> Study material:

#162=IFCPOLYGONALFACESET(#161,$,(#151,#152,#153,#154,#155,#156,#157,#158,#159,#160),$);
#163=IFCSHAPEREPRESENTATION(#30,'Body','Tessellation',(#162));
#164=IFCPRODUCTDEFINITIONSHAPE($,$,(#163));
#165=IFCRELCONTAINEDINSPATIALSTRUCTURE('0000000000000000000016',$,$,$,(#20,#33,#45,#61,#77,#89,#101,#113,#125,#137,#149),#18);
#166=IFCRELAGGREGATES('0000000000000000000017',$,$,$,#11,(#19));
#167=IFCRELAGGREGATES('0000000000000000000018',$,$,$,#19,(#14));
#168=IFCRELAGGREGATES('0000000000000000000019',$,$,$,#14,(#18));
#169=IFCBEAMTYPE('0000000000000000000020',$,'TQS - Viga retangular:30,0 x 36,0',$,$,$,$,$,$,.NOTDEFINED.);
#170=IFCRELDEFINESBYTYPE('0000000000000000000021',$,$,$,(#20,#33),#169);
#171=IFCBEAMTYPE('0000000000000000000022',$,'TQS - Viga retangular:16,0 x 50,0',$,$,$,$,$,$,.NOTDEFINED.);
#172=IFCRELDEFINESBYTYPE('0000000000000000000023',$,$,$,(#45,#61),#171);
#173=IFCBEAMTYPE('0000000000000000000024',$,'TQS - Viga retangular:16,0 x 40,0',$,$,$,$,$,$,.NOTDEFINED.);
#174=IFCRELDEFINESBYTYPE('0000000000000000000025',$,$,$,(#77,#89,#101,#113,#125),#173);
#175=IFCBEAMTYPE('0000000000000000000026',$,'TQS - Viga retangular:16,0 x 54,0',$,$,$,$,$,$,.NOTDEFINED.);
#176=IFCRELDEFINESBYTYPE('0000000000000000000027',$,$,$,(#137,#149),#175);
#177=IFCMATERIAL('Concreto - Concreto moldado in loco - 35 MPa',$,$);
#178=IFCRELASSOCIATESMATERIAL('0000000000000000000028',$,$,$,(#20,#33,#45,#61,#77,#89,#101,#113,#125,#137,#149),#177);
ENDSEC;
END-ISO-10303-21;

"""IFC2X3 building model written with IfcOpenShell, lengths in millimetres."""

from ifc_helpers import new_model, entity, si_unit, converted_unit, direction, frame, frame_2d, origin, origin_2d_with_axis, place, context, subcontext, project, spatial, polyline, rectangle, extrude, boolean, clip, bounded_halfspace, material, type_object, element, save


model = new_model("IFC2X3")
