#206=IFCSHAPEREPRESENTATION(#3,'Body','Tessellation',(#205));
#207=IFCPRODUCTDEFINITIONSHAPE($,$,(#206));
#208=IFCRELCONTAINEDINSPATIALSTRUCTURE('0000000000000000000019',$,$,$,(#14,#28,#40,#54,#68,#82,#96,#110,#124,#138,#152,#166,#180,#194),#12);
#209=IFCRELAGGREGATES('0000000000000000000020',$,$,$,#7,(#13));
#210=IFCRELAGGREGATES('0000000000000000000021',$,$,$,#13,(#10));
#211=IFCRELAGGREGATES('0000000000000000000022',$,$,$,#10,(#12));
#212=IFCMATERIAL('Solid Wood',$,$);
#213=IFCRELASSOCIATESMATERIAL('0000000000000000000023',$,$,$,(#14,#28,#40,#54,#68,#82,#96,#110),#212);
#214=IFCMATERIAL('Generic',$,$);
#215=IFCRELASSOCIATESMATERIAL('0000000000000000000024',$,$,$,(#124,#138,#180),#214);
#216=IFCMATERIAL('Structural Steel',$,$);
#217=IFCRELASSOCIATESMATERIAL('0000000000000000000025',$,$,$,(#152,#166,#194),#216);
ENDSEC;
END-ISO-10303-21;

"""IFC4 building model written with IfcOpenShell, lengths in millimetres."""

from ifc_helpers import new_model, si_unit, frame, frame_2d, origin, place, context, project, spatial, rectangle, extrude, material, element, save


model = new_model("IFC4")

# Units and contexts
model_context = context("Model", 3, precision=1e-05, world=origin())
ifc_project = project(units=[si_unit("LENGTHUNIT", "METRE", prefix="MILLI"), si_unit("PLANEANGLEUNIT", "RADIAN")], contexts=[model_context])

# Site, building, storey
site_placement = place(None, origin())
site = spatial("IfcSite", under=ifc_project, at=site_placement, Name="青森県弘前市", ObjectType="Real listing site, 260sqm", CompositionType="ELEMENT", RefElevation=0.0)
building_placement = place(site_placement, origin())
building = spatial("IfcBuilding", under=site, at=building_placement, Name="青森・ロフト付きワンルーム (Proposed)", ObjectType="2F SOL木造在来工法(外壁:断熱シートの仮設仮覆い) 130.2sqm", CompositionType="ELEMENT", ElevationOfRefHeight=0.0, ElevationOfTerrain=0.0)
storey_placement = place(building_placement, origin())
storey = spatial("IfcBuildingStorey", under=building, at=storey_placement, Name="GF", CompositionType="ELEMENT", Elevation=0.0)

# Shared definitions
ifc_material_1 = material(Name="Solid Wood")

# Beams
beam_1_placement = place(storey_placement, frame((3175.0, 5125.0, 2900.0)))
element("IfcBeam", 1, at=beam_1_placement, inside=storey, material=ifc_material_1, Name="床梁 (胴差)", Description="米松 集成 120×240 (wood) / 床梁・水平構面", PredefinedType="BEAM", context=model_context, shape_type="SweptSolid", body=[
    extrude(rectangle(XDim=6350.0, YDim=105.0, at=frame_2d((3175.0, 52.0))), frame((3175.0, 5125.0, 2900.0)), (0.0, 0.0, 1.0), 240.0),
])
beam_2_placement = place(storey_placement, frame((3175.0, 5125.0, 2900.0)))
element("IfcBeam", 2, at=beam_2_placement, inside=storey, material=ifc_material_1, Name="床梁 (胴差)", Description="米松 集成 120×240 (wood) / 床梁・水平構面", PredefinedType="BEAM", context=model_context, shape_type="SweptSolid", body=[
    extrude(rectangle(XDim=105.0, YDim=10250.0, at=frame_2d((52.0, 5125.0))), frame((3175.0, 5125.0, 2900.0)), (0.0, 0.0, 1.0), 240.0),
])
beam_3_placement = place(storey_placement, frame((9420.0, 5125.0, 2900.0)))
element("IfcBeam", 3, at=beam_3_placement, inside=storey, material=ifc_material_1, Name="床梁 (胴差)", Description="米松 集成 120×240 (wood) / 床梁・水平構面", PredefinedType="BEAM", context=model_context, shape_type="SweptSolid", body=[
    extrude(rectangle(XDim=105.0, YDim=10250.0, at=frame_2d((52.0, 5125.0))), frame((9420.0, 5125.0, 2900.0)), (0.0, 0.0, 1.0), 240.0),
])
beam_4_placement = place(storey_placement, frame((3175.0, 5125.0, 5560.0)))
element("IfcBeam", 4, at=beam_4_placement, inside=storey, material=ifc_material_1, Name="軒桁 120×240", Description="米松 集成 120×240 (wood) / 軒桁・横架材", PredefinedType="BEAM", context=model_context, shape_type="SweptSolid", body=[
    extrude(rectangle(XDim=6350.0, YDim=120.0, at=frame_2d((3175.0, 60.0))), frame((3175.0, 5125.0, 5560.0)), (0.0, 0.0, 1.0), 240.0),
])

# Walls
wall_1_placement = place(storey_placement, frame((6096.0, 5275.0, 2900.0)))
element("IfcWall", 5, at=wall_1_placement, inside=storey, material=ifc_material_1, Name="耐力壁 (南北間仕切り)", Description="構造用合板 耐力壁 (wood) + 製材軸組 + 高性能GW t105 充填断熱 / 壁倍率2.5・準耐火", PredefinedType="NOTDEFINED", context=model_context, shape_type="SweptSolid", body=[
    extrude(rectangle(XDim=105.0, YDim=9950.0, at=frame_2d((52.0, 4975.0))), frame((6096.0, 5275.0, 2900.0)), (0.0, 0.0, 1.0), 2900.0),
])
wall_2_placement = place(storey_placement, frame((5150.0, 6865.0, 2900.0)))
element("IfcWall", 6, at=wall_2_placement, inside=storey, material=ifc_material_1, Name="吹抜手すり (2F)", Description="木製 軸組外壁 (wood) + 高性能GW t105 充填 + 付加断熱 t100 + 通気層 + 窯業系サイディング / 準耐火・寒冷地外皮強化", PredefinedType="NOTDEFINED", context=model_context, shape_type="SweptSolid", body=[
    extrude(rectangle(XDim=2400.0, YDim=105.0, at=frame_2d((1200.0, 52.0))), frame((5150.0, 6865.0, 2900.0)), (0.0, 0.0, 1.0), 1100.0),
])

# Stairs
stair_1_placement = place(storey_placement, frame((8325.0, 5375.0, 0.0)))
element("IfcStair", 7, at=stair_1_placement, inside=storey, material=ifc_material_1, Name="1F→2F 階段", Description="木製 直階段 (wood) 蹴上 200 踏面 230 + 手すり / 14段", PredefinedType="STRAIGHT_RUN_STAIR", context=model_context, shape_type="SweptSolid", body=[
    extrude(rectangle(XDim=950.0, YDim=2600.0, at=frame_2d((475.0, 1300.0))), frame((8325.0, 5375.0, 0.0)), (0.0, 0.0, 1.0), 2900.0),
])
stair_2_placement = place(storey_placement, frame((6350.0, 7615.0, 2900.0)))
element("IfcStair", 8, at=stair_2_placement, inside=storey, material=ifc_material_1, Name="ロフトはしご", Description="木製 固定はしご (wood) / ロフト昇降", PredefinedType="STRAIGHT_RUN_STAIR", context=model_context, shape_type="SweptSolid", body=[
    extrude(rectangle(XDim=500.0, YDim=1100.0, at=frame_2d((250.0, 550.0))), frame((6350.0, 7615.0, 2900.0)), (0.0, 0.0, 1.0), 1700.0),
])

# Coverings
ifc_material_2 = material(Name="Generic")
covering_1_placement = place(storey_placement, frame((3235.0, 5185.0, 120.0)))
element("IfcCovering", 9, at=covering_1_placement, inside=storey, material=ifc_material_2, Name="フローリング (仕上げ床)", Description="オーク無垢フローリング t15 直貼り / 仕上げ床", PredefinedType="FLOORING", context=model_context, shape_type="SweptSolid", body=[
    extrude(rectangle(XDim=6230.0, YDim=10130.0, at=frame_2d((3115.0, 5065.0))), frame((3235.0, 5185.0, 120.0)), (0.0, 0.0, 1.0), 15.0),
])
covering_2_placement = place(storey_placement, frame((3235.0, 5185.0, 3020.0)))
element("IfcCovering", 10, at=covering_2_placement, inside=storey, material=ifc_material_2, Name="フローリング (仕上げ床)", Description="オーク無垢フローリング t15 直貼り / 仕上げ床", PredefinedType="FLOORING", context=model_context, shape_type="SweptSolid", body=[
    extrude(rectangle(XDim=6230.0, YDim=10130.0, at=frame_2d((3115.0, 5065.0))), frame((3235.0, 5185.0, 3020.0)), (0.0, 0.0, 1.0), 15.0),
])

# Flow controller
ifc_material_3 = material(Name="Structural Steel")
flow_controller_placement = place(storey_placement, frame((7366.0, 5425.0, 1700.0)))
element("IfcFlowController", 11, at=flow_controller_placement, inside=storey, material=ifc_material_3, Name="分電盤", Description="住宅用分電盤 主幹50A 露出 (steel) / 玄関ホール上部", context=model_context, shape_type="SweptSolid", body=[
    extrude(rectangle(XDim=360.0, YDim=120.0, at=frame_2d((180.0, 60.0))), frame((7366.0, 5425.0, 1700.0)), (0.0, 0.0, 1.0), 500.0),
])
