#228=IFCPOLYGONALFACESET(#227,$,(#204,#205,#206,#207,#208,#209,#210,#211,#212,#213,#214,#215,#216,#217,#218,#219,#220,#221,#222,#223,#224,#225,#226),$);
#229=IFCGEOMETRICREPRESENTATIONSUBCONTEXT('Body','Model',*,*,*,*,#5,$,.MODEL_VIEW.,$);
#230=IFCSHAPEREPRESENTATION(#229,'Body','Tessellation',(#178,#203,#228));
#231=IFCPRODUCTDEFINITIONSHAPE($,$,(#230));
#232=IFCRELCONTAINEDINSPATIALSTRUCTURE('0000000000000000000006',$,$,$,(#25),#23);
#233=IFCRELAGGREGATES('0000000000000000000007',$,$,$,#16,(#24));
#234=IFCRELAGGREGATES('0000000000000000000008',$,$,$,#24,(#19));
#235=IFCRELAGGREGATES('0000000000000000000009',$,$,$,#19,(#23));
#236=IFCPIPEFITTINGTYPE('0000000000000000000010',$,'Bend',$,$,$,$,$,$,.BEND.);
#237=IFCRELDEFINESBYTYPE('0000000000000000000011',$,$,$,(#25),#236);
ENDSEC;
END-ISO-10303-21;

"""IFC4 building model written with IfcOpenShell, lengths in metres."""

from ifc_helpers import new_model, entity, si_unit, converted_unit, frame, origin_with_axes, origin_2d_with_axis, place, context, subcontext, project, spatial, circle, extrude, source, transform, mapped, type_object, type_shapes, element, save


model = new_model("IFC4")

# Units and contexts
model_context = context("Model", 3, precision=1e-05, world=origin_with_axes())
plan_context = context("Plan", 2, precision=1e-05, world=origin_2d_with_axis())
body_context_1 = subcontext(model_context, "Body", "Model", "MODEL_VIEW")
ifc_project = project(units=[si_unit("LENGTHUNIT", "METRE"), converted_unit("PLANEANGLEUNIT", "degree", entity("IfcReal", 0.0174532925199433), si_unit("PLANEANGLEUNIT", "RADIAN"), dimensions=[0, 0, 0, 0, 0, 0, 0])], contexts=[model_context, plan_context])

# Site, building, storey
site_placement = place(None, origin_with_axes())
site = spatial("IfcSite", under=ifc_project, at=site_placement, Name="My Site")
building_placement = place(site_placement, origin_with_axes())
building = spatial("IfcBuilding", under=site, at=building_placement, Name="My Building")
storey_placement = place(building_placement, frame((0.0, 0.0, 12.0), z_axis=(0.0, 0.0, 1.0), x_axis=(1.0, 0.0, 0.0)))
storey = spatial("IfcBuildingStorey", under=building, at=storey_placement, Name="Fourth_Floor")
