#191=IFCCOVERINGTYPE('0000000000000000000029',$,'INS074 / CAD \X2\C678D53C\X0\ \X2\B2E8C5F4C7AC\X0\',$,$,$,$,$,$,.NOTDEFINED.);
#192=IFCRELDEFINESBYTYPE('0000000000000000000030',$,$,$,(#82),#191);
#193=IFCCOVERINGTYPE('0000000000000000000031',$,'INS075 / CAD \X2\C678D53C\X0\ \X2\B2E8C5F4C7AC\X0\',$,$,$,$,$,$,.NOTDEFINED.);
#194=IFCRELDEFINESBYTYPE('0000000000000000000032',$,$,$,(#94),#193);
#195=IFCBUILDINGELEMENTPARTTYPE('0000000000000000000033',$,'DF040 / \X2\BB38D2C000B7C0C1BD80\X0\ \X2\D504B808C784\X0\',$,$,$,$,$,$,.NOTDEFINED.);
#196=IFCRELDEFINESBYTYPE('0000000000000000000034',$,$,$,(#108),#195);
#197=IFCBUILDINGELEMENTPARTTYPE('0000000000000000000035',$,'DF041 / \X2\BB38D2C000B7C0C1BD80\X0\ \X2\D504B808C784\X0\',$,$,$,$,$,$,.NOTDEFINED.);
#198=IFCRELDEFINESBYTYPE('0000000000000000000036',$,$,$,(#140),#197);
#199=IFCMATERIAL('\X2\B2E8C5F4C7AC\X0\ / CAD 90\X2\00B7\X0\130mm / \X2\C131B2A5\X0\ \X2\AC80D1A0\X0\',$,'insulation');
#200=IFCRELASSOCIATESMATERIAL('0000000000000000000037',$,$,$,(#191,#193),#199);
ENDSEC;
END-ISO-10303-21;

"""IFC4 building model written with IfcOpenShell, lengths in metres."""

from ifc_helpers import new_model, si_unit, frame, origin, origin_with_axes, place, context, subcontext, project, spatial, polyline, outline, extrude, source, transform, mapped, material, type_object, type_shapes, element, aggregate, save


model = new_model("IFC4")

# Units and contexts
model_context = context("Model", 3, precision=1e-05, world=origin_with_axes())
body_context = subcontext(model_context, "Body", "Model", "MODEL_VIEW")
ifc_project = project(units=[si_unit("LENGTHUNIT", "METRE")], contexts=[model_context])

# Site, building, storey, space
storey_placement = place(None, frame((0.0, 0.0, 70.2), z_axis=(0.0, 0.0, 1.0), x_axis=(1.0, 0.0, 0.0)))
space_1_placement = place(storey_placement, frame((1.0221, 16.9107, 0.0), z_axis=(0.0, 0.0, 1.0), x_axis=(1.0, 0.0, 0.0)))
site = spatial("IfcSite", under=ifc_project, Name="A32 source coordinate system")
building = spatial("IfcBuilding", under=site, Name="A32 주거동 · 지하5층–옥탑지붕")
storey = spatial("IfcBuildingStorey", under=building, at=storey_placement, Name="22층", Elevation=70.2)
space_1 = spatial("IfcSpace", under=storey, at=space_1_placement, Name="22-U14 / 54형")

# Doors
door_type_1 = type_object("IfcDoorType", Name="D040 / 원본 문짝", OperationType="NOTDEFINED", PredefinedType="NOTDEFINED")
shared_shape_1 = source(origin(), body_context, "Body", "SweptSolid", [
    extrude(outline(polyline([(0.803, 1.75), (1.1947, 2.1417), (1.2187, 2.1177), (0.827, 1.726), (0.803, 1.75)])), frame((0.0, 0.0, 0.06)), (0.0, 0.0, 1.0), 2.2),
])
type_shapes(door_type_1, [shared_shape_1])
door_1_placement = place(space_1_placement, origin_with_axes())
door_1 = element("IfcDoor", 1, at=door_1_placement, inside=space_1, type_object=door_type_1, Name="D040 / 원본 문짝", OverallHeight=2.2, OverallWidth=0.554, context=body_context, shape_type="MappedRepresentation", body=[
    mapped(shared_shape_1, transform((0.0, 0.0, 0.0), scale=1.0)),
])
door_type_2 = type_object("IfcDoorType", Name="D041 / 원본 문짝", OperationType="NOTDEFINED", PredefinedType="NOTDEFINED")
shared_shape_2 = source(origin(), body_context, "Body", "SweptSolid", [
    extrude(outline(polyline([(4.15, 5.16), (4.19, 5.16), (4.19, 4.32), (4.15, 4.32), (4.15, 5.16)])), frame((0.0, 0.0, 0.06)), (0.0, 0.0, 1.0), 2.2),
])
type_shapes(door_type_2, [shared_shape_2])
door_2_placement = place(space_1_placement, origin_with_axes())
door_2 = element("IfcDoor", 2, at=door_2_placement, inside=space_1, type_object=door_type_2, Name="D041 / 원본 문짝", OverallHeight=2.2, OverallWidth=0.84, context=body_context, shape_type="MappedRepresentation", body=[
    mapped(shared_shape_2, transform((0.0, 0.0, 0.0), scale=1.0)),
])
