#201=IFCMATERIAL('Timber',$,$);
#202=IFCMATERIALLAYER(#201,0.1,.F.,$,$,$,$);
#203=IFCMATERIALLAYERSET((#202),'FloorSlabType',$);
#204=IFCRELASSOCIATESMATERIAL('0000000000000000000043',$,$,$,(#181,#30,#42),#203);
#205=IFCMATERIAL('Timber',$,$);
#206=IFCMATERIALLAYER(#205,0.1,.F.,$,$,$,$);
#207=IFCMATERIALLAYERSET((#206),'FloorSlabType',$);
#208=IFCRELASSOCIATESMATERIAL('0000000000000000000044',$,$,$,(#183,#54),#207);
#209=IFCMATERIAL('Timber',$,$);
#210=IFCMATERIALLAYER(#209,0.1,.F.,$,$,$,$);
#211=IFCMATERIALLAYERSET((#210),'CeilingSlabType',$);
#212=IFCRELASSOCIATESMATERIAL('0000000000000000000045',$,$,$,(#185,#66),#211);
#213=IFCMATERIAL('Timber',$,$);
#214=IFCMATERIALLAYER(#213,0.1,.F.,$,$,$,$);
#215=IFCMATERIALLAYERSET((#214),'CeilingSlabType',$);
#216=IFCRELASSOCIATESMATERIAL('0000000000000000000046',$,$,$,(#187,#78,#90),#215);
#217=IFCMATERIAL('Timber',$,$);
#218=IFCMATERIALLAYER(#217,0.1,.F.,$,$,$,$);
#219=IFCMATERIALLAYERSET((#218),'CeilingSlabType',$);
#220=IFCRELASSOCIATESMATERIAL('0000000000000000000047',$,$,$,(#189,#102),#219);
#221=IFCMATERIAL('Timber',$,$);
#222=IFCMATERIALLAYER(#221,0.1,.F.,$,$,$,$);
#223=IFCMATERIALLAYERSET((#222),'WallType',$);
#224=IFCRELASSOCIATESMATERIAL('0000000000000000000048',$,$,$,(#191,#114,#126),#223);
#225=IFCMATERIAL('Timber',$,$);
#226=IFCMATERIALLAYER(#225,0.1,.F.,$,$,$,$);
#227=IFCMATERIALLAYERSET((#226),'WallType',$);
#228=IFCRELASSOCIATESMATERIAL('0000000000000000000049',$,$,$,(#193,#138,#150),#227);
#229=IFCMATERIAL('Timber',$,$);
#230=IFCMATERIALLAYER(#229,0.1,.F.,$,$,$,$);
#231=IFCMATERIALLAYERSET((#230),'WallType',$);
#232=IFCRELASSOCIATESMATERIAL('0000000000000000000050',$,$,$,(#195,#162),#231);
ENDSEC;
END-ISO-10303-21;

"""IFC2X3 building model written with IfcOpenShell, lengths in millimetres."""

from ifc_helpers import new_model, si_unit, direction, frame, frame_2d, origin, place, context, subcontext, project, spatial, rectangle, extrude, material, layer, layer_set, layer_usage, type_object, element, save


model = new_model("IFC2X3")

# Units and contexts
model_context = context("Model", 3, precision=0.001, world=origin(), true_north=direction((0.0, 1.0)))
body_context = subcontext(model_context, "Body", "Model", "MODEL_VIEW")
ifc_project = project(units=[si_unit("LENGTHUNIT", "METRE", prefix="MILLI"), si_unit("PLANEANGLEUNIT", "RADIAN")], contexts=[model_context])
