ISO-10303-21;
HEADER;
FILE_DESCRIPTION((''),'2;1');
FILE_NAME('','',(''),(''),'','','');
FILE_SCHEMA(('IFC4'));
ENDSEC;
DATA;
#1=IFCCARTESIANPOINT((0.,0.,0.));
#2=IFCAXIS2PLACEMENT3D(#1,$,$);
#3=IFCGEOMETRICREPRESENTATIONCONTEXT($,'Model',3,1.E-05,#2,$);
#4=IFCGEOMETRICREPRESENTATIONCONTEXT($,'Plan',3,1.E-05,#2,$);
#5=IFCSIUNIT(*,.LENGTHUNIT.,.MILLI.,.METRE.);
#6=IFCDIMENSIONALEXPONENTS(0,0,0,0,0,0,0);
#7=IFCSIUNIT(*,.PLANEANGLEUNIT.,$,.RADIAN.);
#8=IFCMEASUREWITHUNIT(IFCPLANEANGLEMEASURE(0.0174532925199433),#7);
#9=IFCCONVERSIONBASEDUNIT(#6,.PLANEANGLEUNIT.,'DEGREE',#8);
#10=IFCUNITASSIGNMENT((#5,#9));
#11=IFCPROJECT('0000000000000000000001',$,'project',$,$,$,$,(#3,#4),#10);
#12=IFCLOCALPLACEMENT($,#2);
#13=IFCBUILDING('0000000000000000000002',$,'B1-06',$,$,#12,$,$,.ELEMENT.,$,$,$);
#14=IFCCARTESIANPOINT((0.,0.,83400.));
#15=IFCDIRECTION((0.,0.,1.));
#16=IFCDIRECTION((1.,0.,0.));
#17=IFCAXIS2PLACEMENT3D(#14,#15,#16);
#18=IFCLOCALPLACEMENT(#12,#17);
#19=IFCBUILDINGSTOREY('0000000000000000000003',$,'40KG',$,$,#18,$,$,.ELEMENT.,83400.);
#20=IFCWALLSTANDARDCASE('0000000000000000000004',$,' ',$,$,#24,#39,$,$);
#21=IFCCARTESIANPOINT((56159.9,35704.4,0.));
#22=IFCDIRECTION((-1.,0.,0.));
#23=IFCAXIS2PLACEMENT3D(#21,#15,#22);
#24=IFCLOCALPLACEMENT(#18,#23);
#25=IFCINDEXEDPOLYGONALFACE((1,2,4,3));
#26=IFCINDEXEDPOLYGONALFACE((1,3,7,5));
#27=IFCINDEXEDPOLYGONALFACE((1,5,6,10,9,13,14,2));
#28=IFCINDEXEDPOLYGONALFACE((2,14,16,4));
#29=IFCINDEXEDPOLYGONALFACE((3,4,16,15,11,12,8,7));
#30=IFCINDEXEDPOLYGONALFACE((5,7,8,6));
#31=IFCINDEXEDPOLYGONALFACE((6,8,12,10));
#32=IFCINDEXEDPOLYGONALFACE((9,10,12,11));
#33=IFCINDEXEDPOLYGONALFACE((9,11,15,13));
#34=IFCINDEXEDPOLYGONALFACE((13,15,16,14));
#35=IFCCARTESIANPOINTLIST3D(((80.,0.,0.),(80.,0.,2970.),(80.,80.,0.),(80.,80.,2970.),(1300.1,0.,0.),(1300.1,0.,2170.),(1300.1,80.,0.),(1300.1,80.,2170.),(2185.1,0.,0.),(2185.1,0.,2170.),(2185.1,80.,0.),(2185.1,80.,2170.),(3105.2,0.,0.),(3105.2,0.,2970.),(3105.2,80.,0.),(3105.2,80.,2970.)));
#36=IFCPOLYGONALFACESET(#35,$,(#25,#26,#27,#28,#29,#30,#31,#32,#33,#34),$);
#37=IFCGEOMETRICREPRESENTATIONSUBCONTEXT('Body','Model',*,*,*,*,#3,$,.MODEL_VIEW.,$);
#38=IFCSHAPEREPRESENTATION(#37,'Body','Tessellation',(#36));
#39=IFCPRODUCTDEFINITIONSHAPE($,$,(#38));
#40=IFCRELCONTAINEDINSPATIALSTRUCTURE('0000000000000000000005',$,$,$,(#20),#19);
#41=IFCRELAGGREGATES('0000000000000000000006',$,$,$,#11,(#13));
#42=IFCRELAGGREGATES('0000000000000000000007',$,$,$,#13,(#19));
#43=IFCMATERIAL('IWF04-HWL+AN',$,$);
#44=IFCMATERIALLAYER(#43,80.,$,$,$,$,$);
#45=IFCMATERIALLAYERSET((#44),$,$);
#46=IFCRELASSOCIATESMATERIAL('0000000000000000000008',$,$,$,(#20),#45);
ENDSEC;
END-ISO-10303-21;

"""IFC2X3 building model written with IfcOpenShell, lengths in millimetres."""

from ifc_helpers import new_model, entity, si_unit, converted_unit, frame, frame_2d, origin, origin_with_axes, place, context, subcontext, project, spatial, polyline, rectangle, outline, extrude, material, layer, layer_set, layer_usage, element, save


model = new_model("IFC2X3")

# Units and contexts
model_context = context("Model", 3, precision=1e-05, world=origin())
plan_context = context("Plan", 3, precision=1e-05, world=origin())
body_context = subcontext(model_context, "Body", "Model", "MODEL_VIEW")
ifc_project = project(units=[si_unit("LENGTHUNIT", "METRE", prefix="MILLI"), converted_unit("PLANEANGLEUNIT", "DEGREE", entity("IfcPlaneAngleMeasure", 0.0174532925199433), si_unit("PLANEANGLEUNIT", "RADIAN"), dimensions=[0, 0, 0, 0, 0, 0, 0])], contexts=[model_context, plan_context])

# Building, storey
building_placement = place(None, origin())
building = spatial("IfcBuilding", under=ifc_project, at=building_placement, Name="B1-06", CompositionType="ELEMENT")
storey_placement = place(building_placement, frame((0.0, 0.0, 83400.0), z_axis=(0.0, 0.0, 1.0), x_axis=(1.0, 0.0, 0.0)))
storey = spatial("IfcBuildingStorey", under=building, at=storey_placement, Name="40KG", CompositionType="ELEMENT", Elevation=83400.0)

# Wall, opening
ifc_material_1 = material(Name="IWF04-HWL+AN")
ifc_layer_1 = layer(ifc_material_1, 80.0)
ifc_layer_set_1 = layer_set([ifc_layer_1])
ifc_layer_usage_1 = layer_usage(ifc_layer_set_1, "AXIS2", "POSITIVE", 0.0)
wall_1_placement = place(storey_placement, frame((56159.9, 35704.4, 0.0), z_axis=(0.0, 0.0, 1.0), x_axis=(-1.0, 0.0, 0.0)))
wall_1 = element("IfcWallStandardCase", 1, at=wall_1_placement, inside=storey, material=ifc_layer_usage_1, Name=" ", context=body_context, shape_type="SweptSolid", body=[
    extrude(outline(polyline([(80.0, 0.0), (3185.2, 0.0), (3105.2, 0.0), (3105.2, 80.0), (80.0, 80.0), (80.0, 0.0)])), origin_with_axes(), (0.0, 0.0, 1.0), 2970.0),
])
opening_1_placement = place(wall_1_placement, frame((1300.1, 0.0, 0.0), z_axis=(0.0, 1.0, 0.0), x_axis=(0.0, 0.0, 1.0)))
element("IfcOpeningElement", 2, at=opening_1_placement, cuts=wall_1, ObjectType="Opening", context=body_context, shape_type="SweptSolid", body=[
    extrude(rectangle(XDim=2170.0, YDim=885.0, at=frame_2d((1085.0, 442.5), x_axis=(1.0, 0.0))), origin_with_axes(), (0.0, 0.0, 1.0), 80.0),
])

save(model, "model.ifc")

> What the task asks: Within the records, the lines containing the string "IFCBUILDINGELEMENTPARTTYPE" are to be counted and their number given without comment.

> Answer box: 2